Table 8: Transition probabilities (A_{ji}, units s^{1}) calculated with the target (Table 4).
Aggarwal & Keenan (2005) point out that the thermally averaged collision strengths of Gupta & Tayal (1998) are systematically lower than their own values at higher temperatures, which they attribute to the calculation of Gupta & Tayal (1998) only extending to 60 Ryd. In Fig. 7 we compare our results with those of Gupta & Tayal (1998) at 5 10^{6} K for strong optically allowed transitions. This figure indeed shows that the results of Gupta & Tayal (1998) are systematically lower at this temperature for this set of transitions. If, however, we compare results for transitions which do not satisfy the rigorous electric dipole selection rules also at 5 10^{6} K (Fig. 8), we find good agreement, now with the exception of transition 15.
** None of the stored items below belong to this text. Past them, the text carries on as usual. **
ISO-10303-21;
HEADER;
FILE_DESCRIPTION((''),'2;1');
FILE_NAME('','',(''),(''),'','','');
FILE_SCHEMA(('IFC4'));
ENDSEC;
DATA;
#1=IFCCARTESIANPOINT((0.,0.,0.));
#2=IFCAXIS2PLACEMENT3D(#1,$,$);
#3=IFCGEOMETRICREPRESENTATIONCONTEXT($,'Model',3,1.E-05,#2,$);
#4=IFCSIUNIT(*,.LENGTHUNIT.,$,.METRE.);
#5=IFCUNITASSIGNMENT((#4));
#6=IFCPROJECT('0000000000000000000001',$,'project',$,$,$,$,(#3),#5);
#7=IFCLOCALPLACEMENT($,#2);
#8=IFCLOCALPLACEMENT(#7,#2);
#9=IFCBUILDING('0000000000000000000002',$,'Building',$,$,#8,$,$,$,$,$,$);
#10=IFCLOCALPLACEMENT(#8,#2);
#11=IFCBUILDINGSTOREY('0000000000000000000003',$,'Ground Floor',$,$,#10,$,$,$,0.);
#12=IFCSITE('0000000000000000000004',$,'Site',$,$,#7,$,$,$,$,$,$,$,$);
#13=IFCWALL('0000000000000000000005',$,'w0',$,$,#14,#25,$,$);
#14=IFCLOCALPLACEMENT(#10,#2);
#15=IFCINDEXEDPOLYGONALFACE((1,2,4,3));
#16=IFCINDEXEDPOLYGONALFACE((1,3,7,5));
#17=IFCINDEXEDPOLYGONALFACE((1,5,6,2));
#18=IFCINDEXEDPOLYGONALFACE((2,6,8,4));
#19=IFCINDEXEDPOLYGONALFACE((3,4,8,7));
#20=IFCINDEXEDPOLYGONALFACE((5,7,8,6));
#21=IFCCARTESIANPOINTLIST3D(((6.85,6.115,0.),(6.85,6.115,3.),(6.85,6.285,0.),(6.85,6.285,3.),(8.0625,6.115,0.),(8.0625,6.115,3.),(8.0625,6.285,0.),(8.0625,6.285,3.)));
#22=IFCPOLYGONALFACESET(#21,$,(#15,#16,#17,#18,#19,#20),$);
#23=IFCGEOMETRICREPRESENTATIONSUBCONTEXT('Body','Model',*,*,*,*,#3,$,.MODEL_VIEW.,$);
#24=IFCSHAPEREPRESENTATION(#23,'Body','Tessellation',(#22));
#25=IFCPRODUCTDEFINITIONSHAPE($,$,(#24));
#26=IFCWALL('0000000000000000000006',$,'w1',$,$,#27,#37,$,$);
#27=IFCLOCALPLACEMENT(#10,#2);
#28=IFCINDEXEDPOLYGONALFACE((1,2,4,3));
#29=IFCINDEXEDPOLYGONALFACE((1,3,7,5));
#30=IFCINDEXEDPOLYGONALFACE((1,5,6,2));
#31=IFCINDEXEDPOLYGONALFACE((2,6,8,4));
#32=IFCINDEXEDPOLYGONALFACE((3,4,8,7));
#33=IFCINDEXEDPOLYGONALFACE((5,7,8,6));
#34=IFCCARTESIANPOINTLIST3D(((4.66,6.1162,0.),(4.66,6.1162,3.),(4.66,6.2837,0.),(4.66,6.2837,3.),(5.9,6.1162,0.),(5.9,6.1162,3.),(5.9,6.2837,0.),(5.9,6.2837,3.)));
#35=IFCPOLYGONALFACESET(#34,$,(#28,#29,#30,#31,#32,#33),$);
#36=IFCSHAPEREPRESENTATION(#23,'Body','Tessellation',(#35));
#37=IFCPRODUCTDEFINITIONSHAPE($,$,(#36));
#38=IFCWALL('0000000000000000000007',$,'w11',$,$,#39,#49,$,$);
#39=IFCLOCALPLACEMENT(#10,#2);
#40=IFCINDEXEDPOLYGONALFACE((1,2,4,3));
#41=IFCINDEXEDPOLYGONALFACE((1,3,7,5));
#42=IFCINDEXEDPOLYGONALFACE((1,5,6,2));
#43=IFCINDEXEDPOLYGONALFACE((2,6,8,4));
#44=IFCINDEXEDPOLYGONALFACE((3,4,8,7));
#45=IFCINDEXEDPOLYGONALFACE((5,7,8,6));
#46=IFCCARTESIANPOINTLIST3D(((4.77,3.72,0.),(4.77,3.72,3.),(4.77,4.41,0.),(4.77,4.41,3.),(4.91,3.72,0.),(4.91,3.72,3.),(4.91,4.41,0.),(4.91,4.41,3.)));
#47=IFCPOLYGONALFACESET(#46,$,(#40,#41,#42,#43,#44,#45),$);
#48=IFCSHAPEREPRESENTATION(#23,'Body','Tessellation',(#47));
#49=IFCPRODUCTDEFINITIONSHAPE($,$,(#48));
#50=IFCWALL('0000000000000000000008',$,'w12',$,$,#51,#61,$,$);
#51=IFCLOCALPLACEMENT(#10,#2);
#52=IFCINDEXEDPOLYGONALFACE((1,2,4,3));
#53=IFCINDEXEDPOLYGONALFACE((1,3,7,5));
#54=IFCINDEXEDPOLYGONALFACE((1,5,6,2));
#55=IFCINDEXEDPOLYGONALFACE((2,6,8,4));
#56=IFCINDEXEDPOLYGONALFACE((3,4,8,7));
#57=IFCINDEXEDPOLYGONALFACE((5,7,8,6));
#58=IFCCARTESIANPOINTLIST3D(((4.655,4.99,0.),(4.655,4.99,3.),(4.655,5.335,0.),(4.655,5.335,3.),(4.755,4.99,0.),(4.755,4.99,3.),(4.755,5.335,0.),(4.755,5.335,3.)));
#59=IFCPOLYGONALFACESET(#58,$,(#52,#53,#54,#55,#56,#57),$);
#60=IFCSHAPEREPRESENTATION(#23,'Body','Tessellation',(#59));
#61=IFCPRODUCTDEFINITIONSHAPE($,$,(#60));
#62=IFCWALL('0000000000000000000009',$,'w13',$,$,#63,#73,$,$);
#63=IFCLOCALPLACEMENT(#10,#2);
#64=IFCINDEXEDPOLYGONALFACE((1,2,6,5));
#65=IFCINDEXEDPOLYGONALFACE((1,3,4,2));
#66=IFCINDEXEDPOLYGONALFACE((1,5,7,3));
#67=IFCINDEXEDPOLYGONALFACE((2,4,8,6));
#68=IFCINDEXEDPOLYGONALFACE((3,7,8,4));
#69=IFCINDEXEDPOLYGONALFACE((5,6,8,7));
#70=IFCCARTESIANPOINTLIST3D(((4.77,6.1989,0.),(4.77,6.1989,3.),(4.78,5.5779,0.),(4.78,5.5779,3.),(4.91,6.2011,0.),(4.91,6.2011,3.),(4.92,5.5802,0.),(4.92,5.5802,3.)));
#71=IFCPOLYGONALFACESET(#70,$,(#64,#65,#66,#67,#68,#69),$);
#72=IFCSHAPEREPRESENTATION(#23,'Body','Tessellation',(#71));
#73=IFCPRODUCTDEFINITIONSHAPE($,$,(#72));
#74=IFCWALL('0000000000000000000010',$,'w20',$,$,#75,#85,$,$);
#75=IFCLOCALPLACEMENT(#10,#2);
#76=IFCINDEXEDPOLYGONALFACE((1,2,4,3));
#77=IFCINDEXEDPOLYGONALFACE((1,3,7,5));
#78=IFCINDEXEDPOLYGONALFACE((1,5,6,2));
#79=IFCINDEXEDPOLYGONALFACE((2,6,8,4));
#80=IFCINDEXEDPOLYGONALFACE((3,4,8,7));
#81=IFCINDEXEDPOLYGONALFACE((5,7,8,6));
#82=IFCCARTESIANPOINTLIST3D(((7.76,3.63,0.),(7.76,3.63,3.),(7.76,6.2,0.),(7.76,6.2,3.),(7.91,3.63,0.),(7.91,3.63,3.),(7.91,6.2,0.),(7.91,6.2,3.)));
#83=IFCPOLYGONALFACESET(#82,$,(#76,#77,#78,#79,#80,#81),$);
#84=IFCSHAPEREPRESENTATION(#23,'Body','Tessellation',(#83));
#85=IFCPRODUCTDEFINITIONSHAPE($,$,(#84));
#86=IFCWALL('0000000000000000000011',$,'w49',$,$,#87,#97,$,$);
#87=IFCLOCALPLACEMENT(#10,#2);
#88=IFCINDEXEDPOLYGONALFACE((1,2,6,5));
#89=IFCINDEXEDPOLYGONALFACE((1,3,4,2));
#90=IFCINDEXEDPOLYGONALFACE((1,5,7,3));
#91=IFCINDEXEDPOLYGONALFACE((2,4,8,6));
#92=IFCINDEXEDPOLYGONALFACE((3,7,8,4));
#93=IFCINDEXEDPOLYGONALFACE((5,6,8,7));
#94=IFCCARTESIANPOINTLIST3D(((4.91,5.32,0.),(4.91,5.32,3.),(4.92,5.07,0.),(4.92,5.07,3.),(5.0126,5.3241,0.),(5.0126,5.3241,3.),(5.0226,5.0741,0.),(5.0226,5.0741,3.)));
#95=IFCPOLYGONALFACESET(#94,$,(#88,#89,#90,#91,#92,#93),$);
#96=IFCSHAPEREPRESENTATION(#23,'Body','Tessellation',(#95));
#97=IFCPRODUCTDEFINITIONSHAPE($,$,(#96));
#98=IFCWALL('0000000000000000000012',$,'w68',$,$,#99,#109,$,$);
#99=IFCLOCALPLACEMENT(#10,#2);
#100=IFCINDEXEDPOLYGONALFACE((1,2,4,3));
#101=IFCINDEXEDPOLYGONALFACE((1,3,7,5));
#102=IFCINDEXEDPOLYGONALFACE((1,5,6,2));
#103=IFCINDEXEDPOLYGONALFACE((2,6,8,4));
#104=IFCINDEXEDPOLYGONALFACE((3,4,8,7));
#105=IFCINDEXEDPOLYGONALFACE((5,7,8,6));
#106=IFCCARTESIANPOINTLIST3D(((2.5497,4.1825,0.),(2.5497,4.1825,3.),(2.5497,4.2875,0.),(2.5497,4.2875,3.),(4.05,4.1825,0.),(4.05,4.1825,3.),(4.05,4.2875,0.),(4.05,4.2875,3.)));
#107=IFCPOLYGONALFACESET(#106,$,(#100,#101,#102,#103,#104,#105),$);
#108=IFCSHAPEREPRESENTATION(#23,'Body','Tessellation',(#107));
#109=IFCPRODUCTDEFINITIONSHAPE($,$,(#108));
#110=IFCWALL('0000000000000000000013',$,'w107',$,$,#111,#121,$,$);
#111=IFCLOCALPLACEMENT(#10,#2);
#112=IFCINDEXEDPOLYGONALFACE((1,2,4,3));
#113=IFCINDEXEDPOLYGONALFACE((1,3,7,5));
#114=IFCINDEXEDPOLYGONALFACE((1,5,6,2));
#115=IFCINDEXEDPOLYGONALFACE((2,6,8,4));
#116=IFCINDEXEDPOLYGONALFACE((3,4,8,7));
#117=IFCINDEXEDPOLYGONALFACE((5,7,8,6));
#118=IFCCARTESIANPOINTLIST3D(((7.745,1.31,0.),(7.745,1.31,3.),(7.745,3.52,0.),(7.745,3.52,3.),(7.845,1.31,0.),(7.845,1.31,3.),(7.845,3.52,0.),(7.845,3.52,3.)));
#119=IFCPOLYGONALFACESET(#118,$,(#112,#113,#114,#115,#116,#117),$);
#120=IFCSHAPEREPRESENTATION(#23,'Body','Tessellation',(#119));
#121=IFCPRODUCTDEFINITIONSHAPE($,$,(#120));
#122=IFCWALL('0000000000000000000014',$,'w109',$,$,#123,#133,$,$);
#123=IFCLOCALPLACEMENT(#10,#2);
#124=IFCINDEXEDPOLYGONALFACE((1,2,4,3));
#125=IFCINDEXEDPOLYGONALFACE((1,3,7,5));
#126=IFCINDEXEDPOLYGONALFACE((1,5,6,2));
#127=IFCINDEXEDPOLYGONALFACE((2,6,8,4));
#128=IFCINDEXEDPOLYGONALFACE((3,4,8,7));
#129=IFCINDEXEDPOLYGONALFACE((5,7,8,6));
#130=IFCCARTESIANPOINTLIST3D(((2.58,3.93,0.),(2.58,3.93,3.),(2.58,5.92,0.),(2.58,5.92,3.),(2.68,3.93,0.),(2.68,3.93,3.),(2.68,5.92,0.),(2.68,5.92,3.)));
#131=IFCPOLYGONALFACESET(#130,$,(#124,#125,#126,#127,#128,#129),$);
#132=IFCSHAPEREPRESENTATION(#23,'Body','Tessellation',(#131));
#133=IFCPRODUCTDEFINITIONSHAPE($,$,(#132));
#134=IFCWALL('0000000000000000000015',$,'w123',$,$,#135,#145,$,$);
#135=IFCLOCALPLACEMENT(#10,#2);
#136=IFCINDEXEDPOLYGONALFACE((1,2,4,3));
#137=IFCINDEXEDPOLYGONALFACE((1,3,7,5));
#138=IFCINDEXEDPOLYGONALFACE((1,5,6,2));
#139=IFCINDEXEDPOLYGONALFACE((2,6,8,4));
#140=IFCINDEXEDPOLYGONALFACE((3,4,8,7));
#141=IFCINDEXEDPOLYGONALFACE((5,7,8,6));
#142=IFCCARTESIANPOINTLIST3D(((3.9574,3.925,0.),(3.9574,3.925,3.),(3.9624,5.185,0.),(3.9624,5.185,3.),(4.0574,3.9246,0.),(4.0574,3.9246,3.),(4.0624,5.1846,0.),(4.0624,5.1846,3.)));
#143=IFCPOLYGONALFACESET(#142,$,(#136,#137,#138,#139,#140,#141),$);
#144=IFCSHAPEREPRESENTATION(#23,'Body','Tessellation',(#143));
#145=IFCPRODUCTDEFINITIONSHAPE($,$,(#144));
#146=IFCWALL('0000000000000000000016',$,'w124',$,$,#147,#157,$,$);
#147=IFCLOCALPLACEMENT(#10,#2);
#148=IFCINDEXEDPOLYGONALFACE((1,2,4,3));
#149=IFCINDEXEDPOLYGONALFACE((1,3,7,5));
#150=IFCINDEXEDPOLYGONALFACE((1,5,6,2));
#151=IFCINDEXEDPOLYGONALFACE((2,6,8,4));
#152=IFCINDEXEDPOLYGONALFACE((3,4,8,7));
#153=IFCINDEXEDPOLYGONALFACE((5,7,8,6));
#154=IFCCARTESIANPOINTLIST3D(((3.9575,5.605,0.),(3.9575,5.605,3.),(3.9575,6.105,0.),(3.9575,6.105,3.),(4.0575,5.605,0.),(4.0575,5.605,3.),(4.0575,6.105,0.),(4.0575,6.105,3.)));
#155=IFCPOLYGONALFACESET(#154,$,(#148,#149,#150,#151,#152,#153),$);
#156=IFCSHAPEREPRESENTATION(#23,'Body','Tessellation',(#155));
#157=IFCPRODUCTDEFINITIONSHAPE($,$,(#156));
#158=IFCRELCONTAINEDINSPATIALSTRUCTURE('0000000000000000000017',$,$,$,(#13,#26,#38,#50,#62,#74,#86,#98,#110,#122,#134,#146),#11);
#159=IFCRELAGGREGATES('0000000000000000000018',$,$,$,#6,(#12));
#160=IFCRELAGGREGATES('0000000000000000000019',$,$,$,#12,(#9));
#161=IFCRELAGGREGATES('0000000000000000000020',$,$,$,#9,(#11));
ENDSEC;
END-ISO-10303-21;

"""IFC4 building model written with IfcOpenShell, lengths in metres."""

from ifc_helpers import new_model, si_unit, frame, origin, place, context, subcontext, project, spatial, polyline, outline, extrude, element, save


model = new_model("IFC4")

# Units and contexts
model_context = context("Model", 3, precision=1e-05, world=origin())
body_context = subcontext(model_context, "Body", "Model", "MODEL_VIEW")
ifc_project = project(units=[si_unit("LENGTHUNIT", "METRE")], contexts=[model_context])

# Site, building, storey
site_placement = place(None, origin())
site = spatial("IfcSite", under=ifc_project, at=site_placement, Name="Site")
building_placement = place(site_placement, origin())
building = spatial("IfcBuilding", under=site, at=building_placement, Name="Building")
storey_placement = place(building_placement, origin())
storey = spatial("IfcBuildingStorey", under=building, at=storey_placement, Name="Ground Floor", Elevation=0.0)

# Walls
wall_1_placement = place(storey_placement, frame((6.85, 6.2, 0.0), x_axis=(1.0, 0.0, 0.0)))
element("IfcWall", 1, at=wall_1_placement, inside=storey, Name="w0", context=body_context, shape_type="SweptSolid", body=[
    extrude(outline(polyline([(0.0, -0.085), (1.2125, -0.085), (1.2125, 0.085), (0.0, 0.085), (0.0, -0.085)])), origin(), (0.0, 0.0, 1.0), 3.0),
])
wall_2_placement = place(storey_placement, frame((4.66, 6.2, 0.0), x_axis=(1.0, 0.0, 0.0)))
element("IfcWall", 2, at=wall_2_placement, inside=storey, Name="w1", context=body_context, shape_type="SweptSolid", body=[
    extrude(outline(polyline([(0.0, -0.0837), (1.24, -0.0837), (1.24, 0.0837), (0.0, 0.0837), (0.0, -0.0837)])), origin(), (0.0, 0.0, 1.0), 3.0),
])
wall_3_placement = place(storey_placement, frame((4.84, 3.72, 0.0), x_axis=(0.0, 1.0, 0.0)))
element("IfcWall", 3, at=wall_3_placement, inside=storey, Name="w11", context=body_context, shape_type="SweptSolid", body=[
    extrude(outline(polyline([(0.0, -0.07), (0.69, -0.07), (0.69, 0.07), (0.0, 0.07), (0.0, -0.07)])), origin(), (0.0, 0.0, 1.0), 3.0),
])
Thus at the higher temperatures, the thermally averaged collision strengths of Gupta & Tayal (1998) are systematically lower than the present work but only for the strong electric dipole allowed transitions. This picture is consistent with the reason put forward by Aggarwal & Keenan (2005) since the collision strengths for the allowed transitions are increasing with energy and therefore particularly sensitive to the absence of data beyond 60 Ryd.
Figure 8: Comparison of thermally averaged collision strengths at 5 10^{6} K from the present work and from Gupta & Tayal (1998). Transitions are included between the three energetically lowest levels and all levels of the 3s3p^{3} and 3s^{2}3p3d configurations which which do not satisfy the rigorous electric dipole selection rule between LSJ levels.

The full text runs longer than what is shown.